HEURISTICS WITH STOCHASTIC NEIGHBORHOOD STRUCTURES FOR TWO-DIMENSIONAL BIN PACKING AND CUTTING STOCK PROBLEMS

Abstract

This paper proposes a heuristic with stochastic neighborhood structures (SNS) to solve two-stage and three-stage two-dimensional guillotine bin packing and cutting stock problems. A solution is represented as a sequence of items which are packed into existing or new stacks, shelves or bins according to previously defined criteria. Moreover, SNS comprises three random neighborhood structures based on modifying the current sequence of items. These are called cut-and-paste, split, and swap blocks and are applied one by one in a fixed order to try to improve the quality of the current solution. Both benchmark instances and real-world instances provided by furniture companies were utilized in the computational tests. Particularly, all benchmark instances are bin packing instances (i.e., the demand of each item type is small), and all real-world instances are classified into bin packing instances and cutting stock instances (i.e., the demand of each item type is large).
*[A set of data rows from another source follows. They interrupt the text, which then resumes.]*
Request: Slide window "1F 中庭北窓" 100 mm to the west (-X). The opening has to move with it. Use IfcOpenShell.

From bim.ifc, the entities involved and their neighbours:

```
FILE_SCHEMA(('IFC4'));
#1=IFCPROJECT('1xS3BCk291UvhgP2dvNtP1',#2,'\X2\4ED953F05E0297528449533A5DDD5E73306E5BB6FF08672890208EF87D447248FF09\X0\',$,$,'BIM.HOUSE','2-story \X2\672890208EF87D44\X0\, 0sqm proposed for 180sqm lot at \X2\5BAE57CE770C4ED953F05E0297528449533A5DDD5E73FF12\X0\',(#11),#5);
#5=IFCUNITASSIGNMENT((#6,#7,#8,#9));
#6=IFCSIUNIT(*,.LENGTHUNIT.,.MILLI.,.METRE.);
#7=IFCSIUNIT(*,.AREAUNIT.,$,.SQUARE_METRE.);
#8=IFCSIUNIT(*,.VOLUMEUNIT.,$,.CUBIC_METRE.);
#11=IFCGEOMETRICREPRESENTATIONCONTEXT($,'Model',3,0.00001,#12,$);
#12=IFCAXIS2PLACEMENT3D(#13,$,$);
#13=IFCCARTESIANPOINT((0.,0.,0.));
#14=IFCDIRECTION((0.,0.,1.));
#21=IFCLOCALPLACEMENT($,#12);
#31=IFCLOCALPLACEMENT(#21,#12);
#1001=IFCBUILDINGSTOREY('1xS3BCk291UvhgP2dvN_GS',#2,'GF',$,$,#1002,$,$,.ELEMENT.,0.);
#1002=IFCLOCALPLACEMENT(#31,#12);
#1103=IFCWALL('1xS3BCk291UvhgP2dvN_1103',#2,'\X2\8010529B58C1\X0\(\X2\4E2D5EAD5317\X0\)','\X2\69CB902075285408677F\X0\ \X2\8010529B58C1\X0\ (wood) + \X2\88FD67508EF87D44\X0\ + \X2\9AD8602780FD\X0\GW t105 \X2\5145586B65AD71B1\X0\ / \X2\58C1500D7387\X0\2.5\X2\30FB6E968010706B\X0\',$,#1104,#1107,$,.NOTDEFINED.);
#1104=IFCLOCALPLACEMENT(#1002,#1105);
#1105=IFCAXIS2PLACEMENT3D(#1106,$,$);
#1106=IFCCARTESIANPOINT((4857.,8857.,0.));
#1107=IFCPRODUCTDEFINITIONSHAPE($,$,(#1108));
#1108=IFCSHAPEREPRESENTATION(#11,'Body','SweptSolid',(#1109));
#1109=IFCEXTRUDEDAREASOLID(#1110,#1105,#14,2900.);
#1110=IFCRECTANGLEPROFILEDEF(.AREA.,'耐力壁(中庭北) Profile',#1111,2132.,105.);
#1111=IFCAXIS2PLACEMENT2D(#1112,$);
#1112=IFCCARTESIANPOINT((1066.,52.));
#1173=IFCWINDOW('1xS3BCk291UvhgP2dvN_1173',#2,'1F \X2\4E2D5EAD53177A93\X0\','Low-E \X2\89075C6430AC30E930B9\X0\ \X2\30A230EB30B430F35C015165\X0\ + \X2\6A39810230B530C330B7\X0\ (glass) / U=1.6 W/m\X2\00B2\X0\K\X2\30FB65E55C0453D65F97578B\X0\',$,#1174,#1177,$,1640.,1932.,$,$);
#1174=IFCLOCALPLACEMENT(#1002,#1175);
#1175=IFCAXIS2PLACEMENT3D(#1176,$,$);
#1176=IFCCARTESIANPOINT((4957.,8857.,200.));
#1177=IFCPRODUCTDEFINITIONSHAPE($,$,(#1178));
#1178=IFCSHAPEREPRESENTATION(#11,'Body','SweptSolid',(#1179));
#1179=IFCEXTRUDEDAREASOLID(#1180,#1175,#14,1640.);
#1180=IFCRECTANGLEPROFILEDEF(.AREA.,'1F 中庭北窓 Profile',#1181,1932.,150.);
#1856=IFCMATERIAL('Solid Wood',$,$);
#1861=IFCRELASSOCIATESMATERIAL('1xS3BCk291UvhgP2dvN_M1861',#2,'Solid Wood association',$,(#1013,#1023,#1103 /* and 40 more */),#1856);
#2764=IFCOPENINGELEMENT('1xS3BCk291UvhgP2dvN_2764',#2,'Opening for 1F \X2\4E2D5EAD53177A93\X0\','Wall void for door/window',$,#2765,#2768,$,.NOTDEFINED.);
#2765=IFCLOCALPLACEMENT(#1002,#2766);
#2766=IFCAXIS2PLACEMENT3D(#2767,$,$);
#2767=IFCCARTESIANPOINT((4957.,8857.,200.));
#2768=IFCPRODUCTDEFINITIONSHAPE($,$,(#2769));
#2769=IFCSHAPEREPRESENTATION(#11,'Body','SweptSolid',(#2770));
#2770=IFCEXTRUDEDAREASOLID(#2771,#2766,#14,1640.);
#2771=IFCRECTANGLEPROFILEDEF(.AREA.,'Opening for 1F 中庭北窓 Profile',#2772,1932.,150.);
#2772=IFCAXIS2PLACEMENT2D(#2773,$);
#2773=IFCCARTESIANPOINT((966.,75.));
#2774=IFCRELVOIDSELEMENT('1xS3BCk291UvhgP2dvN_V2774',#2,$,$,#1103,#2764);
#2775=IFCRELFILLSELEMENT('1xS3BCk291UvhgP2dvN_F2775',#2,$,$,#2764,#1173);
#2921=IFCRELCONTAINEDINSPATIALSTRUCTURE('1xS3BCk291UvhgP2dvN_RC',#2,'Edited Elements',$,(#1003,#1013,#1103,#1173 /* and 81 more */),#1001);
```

```python
import ifcopenshell
import ifcopenshell.api.geometry
import ifcopenshell.util.placement
import ifcopenshell.util.unit

model = ifcopenshell.open("bim.ifc")
unit_scale = ifcopenshell.util.unit.calculate_unit_scale(model)

window = model.by_guid("1xS3BCk291UvhgP2dvN_1173")
opening = window.FillsVoids[0].RelatingOpeningElement
wall = opening.VoidsElements[0].RelatingBuildingElement

wall_matrix = ifcopenshell.util.placement.get_local_placement(wall.ObjectPlacement)
shift = wall_matrix[:3, 0] * -0.1 / unit_scale
before = ifcopenshell.util.placement.get_local_placement(window.ObjectPlacement)[:3, 3].copy()

# The window is not placed relative to its opening, so move both.
for product in (opening, window):
    matrix = ifcopenshell.util.placement.get_local_placement(product.ObjectPlacement)
    matrix[:3, 3] += shift
    ifcopenshell.api.geometry.edit_object_placement(model, product=product, matrix=matrix, is_si=False)

after = ifcopenshell.util.placement.get_local_placement(window.ObjectPlacement)[:3, 3]
print("window moved by", (after - before).round(3) + 0.0)

model.write("bim_v2.ifc")
```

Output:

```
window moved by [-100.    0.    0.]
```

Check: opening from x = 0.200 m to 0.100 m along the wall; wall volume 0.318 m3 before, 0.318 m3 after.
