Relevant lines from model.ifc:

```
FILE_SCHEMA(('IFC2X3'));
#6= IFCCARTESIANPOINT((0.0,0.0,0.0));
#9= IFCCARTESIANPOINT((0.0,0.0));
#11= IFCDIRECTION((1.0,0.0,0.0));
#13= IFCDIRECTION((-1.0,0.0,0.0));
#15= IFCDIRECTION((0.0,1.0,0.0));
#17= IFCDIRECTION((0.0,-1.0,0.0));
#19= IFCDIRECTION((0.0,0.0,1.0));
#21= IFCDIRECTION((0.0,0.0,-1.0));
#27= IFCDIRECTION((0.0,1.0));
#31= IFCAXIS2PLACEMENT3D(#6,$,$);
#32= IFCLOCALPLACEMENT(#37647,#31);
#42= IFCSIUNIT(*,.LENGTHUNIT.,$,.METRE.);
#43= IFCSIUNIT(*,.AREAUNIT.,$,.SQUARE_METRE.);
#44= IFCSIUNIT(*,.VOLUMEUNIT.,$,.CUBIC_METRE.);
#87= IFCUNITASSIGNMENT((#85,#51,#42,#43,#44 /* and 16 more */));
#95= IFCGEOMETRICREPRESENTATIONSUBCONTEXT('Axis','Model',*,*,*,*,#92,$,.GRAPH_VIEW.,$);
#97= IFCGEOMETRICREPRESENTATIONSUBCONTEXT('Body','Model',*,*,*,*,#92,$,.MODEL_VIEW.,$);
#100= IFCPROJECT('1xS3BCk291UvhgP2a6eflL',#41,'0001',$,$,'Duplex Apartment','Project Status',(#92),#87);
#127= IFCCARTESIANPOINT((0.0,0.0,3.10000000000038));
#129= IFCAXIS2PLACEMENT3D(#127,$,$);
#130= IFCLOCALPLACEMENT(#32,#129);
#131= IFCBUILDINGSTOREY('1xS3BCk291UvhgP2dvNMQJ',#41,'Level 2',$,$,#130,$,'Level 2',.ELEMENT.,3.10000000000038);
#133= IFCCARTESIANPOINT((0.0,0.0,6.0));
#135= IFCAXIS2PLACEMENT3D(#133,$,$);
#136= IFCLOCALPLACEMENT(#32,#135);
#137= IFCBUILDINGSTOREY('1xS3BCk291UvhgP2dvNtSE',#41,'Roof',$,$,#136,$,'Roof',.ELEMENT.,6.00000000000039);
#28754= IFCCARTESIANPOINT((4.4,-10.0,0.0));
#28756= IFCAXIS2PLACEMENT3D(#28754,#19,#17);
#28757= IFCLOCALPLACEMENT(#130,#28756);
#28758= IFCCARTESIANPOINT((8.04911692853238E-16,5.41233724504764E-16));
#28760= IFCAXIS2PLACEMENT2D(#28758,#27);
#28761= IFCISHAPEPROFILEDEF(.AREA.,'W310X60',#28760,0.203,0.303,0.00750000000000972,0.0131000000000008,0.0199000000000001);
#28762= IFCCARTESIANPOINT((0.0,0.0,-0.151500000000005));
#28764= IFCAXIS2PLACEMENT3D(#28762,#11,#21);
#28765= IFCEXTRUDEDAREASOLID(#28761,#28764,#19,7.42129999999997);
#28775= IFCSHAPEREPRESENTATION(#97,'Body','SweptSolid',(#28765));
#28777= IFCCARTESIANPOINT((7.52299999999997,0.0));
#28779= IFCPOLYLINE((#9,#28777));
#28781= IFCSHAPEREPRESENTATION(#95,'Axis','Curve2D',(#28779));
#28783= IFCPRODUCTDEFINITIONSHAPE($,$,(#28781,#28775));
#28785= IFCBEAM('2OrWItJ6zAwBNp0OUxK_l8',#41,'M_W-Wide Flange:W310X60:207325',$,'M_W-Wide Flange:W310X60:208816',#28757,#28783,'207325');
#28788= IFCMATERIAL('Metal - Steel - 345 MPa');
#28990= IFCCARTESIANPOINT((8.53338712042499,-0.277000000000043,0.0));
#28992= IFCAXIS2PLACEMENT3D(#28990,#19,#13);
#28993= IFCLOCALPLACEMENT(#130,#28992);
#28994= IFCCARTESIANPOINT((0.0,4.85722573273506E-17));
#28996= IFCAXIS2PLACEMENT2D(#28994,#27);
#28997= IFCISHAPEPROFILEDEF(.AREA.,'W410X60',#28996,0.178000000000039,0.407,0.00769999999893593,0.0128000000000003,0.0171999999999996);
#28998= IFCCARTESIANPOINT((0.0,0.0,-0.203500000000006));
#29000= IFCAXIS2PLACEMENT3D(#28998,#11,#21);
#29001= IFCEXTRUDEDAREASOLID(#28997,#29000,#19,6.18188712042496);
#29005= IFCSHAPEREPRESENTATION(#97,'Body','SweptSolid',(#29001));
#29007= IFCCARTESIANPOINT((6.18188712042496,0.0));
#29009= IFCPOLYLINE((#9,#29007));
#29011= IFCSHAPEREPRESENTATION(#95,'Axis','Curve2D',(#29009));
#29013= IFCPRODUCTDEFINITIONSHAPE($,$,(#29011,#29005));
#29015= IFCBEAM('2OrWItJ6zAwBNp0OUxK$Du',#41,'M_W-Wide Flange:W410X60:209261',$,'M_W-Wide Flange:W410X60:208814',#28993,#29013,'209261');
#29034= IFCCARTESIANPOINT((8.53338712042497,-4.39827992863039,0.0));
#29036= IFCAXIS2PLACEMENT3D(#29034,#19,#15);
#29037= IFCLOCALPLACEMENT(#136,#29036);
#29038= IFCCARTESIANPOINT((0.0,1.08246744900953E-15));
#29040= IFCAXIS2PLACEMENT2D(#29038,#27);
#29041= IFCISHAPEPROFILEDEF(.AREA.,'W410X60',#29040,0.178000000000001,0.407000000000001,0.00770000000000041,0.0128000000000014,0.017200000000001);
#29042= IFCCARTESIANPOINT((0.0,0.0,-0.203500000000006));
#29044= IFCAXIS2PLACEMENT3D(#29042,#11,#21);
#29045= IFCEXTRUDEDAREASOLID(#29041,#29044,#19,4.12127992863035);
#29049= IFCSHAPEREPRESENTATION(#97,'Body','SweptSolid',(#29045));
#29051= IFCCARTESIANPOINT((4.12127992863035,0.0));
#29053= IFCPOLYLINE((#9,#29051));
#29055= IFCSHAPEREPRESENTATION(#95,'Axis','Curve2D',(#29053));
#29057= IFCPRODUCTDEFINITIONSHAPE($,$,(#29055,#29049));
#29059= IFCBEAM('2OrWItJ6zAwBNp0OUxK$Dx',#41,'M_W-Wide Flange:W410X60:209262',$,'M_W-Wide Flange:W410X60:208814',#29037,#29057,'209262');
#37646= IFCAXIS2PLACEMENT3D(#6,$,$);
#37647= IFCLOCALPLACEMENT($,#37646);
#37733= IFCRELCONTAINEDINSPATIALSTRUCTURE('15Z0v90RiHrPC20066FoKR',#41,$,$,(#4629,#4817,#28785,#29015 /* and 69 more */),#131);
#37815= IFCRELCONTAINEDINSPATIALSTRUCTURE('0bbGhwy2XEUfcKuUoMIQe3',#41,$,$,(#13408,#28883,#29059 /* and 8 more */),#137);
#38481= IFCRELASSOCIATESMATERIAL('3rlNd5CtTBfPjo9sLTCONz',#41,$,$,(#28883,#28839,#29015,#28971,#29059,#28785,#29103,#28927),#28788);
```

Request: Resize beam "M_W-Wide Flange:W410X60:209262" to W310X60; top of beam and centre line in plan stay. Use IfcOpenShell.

```python
import ifcopenshell
import ifcopenshell.util.element
import ifcopenshell.util.representation

model = ifcopenshell.open("model.ifc")

member = model.by_id(29059)
source = next(p for p in model.by_type("IfcIShapeProfileDef") if p.ProfileName == "W310X60")

body = ifcopenshell.util.representation.get_representation(member, "Model", "Body")
solid = body.Items[0]
old_profile = solid.SweptArea

# Copy the section's sizes but keep this member's own profile position.
profile = ifcopenshell.util.element.copy(model, source)
# Profiles are centred, so shift by half the change in depth to hold the top.
shift = (old_profile.OverallDepth - profile.OverallDepth) / 2
x, y = old_profile.Position.Location.Coordinates
up = (-1.0, 0.0)  # upwards, in the solid's own plane
location = model.createIfcCartesianPoint((x + up[0] * shift, y + up[1] * shift))
profile.Position = model.createIfcAxis2Placement2D(location, old_profile.Position.RefDirection)
solid.SweptArea = profile
if not model.get_total_inverses(old_profile):
    ifcopenshell.util.element.remove_deep2(model, old_profile)
member.Name = member.Name.replace("W410X60", "W310X60")
member.ObjectType = member.ObjectType.replace("W410X60", "W310X60")

print(solid.SweptArea)

model.write("model_updated.ifc")
```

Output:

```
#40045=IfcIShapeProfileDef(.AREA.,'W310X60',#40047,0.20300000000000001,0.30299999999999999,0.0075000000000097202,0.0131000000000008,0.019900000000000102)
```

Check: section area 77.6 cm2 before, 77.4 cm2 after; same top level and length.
The computational results obtained by the proposed method are compared with lower bounds and with the solutions obtained by a deterministic Variable Neighborhood Descent (VND) meta-heuristic. The SNS provide solutions within a small percentage of the optimal values, and generally make significant improvements in cutting stock instances and slight to moderate improvements in bin packing instances over the VND approach.